Comment 27 Andy Wingo 2012-02-29 12:47:10 PST
Maciej!  Thank you for commenting.

(In reply to comment #26)
> (From update of attachment 116053 [details])
> We sometimes use command-line SunSpider to compare to other JS engines.

Evidently not very often :)

$ ./sunspider --shell ~/src/v8/d8
Found 26 tests
Running SunSpider once for warmup, then 10 times
Discarded first run.
[resources/sunspider-standalone-driver.js:54: ReferenceError: run is not defined
            times[j] = run(testName);
                       ^
ReferenceError: run is not defined

I mentioned this in comment 14.

Does this change your opinion on the matter?  Should we re-add a portable path?  The code has been non-portable since November 2010, with r72842.

Andy
Comment 28 Filip Pizlo 2012-02-29 13:58:37 PST
(In reply to comment #27)
> Maciej!  Thank you for commenting.
> 
> (In reply to comment #26)
> > (From update of attachment 116053 [details] [details])
> > We sometimes use command-line SunSpider to compare to other JS engines.
> 
> Evidently not very often :)
> 
> $ ./sunspider --shell ~/src/v8/d8
> Found 26 tests
> Running SunSpider once for warmup, then 10 times
> Discarded first run.
> [resources/sunspider-standalone-driver.js:54: ReferenceError: run is not defined
>             times[j] = run(testName);
>                        ^
> ReferenceError: run is not defined
> 
> I mentioned this in comment 14.
> 
> Does this change your opinion on the matter?  Should we re-add a portable path?  The code has been non-portable since November 2010, with r72842.

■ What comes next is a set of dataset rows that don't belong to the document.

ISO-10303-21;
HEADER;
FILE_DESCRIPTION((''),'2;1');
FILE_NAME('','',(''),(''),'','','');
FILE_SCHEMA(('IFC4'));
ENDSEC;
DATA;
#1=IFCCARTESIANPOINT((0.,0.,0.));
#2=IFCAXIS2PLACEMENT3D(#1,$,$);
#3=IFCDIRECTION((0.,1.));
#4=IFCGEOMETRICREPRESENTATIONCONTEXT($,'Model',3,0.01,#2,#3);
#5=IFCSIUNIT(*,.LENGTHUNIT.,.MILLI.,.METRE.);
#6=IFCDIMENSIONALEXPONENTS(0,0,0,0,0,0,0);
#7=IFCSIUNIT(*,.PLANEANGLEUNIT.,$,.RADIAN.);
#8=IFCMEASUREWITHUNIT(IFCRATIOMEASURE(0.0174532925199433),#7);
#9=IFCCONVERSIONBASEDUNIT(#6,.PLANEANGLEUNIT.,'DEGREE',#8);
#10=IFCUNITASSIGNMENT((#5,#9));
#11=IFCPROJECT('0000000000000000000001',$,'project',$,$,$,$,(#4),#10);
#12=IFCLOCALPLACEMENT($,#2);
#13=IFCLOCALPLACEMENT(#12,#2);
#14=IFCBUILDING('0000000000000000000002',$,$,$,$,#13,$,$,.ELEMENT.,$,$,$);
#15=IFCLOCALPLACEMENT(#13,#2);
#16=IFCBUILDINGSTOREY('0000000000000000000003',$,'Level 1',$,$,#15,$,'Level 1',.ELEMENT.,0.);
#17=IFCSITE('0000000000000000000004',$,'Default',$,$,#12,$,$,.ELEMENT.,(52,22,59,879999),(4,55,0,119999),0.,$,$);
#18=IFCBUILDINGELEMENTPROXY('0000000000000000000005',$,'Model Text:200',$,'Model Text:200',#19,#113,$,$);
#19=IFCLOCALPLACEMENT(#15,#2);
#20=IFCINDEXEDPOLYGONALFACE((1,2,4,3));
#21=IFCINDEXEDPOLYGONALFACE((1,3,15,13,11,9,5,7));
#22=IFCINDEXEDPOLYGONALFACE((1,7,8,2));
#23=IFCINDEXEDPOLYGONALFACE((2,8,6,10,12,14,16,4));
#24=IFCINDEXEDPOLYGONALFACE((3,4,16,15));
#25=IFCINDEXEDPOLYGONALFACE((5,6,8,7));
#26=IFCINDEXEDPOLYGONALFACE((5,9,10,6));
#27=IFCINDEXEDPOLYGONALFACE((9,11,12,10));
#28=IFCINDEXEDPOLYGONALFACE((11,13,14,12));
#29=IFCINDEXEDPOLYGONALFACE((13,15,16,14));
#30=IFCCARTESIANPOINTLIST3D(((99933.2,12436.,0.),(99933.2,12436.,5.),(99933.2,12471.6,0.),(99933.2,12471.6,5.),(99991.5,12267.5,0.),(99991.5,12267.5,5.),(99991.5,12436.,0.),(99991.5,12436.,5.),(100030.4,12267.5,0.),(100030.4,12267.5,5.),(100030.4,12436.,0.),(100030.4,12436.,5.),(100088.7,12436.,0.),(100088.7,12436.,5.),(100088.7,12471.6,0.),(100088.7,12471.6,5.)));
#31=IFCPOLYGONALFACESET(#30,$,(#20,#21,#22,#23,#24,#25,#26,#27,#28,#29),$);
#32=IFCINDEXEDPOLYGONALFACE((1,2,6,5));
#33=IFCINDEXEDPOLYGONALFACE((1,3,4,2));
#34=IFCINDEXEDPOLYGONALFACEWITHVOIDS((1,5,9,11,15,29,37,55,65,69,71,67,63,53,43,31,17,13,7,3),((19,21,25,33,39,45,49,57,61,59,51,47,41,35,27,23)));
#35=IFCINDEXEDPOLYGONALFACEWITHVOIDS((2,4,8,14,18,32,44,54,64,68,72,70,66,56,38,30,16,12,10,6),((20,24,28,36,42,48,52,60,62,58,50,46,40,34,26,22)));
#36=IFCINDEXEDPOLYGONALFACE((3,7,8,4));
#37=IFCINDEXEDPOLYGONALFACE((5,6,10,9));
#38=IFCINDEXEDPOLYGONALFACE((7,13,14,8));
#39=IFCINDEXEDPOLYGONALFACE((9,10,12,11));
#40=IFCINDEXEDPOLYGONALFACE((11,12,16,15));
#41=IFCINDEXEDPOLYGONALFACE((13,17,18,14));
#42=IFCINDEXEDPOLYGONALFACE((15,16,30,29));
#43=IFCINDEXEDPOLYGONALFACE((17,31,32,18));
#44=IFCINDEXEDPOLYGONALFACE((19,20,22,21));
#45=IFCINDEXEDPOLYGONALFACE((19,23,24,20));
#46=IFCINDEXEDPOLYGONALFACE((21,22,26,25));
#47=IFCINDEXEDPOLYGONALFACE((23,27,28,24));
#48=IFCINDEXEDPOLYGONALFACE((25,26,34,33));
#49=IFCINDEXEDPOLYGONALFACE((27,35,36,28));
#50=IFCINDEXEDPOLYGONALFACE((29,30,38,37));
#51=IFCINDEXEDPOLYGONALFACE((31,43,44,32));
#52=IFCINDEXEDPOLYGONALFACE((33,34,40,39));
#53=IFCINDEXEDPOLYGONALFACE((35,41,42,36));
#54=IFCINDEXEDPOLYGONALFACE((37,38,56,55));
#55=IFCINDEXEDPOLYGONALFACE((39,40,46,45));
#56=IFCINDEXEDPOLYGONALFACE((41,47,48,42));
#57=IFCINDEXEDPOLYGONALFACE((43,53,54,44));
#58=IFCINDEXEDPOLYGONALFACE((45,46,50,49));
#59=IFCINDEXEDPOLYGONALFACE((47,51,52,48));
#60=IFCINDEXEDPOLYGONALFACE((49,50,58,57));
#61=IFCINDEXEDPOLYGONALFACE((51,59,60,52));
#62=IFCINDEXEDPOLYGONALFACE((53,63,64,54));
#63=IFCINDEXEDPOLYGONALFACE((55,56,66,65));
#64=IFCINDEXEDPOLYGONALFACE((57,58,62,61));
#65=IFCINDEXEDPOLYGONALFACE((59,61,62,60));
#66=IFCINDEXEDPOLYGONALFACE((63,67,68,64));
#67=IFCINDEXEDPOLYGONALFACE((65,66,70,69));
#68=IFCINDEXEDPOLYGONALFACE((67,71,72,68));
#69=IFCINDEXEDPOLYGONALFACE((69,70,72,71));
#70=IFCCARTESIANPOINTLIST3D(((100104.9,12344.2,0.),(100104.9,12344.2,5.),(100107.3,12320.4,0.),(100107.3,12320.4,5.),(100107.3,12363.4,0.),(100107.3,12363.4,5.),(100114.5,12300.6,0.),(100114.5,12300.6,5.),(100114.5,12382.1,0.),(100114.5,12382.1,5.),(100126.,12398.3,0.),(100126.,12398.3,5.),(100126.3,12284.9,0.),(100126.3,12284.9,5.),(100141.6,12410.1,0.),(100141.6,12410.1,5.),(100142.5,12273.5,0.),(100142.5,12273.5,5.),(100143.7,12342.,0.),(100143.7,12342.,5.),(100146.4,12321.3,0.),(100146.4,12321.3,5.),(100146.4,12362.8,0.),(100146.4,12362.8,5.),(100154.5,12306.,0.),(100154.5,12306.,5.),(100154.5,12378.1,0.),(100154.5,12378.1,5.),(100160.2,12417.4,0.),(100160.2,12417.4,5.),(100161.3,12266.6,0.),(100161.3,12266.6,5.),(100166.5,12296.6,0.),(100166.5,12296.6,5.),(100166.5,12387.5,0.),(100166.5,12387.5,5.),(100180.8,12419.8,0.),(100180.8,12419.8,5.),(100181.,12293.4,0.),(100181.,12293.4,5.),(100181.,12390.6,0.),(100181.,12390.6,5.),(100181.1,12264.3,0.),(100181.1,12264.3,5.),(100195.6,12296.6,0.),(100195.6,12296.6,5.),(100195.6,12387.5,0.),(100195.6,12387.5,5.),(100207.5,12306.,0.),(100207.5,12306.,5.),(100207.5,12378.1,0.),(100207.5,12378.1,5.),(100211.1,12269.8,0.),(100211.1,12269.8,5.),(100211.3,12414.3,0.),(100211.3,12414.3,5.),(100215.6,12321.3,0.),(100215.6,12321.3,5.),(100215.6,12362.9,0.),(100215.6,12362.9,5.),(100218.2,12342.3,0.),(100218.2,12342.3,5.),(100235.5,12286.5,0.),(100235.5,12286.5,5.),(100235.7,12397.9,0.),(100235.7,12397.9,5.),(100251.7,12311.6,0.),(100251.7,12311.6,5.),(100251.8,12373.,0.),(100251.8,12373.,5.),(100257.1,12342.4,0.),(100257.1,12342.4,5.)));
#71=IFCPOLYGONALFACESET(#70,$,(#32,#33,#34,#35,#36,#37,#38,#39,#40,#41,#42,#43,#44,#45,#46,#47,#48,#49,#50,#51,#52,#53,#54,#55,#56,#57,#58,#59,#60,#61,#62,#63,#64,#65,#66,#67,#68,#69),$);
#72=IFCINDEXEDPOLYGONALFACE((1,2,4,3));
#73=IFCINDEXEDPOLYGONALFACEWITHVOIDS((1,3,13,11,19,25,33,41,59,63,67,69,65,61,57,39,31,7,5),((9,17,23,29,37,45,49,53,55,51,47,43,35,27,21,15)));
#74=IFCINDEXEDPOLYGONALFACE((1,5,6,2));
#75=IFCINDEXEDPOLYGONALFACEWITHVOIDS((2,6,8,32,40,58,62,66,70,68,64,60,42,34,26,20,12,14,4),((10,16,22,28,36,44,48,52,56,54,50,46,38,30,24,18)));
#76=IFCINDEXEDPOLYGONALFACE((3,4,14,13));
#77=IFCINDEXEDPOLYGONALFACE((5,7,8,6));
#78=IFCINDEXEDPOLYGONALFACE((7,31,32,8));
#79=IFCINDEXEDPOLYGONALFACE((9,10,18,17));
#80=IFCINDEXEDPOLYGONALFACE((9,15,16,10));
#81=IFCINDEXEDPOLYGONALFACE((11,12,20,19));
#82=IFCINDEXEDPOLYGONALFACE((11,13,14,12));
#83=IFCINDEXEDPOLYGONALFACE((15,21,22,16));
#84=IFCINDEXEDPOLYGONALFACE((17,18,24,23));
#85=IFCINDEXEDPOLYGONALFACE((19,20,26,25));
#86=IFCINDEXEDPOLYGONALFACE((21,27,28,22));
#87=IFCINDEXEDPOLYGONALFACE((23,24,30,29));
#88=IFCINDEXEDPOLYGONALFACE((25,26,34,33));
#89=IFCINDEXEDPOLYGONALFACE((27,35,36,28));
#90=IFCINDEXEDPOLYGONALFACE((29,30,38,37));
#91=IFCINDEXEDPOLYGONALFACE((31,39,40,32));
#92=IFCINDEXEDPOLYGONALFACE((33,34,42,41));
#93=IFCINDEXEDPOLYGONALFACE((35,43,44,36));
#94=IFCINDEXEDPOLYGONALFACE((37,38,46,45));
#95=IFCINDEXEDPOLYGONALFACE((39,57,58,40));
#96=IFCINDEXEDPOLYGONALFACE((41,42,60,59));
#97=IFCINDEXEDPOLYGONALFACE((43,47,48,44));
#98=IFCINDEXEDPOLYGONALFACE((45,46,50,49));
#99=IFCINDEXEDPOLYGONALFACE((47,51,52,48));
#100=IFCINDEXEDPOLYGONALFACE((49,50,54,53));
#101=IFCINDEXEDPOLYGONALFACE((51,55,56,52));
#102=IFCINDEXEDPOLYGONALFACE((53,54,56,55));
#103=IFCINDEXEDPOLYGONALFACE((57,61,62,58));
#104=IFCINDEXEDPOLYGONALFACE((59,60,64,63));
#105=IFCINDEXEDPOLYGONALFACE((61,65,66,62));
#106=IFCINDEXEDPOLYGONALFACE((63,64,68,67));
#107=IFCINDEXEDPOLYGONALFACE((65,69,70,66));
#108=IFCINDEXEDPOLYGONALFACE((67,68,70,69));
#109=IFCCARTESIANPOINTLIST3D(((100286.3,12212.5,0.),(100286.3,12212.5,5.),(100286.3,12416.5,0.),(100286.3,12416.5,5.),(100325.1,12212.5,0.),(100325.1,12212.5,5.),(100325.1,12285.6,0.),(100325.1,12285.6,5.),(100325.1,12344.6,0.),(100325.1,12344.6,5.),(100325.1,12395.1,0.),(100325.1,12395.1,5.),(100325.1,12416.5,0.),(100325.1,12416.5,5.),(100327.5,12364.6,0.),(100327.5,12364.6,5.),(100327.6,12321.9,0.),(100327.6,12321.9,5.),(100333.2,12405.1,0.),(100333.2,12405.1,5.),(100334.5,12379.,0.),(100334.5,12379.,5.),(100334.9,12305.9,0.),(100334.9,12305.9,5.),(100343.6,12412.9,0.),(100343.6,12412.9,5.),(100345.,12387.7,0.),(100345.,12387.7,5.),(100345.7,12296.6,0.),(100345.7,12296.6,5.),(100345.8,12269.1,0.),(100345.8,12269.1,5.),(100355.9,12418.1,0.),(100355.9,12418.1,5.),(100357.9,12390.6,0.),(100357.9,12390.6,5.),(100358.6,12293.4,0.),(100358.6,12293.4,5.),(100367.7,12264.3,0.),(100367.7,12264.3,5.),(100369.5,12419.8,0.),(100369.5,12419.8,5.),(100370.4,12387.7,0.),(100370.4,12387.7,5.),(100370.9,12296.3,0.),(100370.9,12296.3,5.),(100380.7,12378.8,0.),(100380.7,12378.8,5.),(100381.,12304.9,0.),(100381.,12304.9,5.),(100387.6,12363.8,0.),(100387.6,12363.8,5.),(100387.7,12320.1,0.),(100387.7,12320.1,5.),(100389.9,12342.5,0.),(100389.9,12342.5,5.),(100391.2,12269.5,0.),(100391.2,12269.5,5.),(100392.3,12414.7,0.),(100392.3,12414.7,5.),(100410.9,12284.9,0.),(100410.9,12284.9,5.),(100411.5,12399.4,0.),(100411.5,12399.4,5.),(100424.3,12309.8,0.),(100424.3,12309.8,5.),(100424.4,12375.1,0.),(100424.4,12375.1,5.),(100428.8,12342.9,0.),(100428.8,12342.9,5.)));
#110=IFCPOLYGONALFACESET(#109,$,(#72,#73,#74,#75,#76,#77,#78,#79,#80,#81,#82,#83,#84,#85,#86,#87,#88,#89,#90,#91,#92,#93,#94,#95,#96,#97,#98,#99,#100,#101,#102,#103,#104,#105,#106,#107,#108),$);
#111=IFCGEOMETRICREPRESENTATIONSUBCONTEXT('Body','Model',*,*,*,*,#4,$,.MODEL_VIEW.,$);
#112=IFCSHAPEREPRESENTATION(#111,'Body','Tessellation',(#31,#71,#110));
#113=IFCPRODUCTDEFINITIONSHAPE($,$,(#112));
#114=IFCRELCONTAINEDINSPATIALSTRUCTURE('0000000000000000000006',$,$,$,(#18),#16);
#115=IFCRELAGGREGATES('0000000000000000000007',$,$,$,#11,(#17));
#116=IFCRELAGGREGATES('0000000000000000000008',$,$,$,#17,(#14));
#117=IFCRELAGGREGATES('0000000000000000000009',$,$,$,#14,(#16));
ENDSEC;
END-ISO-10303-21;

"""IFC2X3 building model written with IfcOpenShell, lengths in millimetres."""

from ifc_helpers import new_model, entity, si_unit, converted_unit, direction, frame, origin, place, context, subcontext, project, spatial, polyline, outline, extrude, element, save


model = new_model("IFC2X3")

# Units and contexts
model_context = context("Model", 3, precision=0.01, world=origin(), true_north=direction((0.0, 1.0)))
body_context = subcontext(model_context, "Body", "Model", "MODEL_VIEW")
ifc_project = project(units=[si_unit("LENGTHUNIT", "METRE", prefix="MILLI"), converted_unit("PLANEANGLEUNIT", "DEGREE", entity("IfcRatioMeasure", 0.0174532925199433), si_unit("PLANEANGLEUNIT", "RADIAN"), dimensions=[0, 0, 0, 0, 0, 0, 0])], contexts=[model_context])

# Site, building, storey
site_placement = place(None, origin())
site = spatial("IfcSite", under=ifc_project, at=site_placement, Name="Default", CompositionType="ELEMENT", RefLatitude=(52, 22, 59, 879999), RefLongitude=(4, 55, 0, 119999), RefElevation=0.0)
building_placement = place(site_placement, origin())
building = spatial("IfcBuilding", under=site, at=building_placement, CompositionType="ELEMENT")
storey_placement = place(building_placement, origin())
storey = spatial("IfcBuildingStorey", under=building, at=storey_placement, Name="Level 1", LongName="Level 1", CompositionType="ELEMENT", Elevation=0.0)

# Building element proxy
proxy_1_placement = place(building_placement, origin())
element("IfcBuildingElementProxy", 1, at=proxy_1_placement, inside=storey, Name="Model Text:200", ObjectType="Model Text:200", context=body_context, shape_type="SweptSolid", body=[
    extrude(outline(polyline([(-19.4, -135.2), (19.4, -135.2), (19.4, 33.2), (77.7, 33.2), (77.7, 68.8), (-77.7, 68.8), (-77.7, 33.2), (-19.4, 33.2), (-19.4, -135.2)])), frame((100010.9, 12402.8, 0.0)), (0.0, 0.0, 1.0), 5.0),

Another way to look at Maciej's comments is that with this change, it would be very difficult to compare old versions of jsc to new ones.

I do this all the time, so this change would be a showstopper for me.
Comment 29 Andy Wingo 2012-02-29 14:07:11 PST
Hi Filip :)

(In reply to comment #28)
> Another way to look at Maciej's comments is that with this change, it would be very difficult to compare old versions of jsc to new ones.

I certainly do not mean to disrespect the voice of experience :)  However, I wonder if I am communicating clearly: this patch does /not/ change the behavior of `run' in jsc.cpp; it instead changes the sunspider harness to use preciseTime, which is present in very old jsc.
Comment 30 Eric Seidel (no email) 2012-02-29 14:13:04 PST
It looks like Filip added preciseTime:
http://trac.webkit.org/changeset/91817
Comment 31 Ryosuke Niwa 2012-02-29 14:40:59 PST
I support Maicej's point that we shouldn't make this change unless it's optional. And yes, we should be fixing those exceptions so that it runs on all major browsers.
Comment 32 Filip Pizlo 2012-02-29 14:51:31 PST
(In reply to comment #29)
> Hi Filip :)
> 
> (In reply to comment #28)
> > Another way to look at Maciej's comments is that with this change, it would be very difficult to compare old versions of jsc to new ones.
> 
> I certainly do not mean to disrespect the voice of experience :)  However, I wonder if I am communicating clearly: this patch does /not/ change the behavior of `run' in jsc.cpp; it instead changes the sunspider harness to use preciseTime, which is present in very old jsc.

And I like to compare to very old jsc.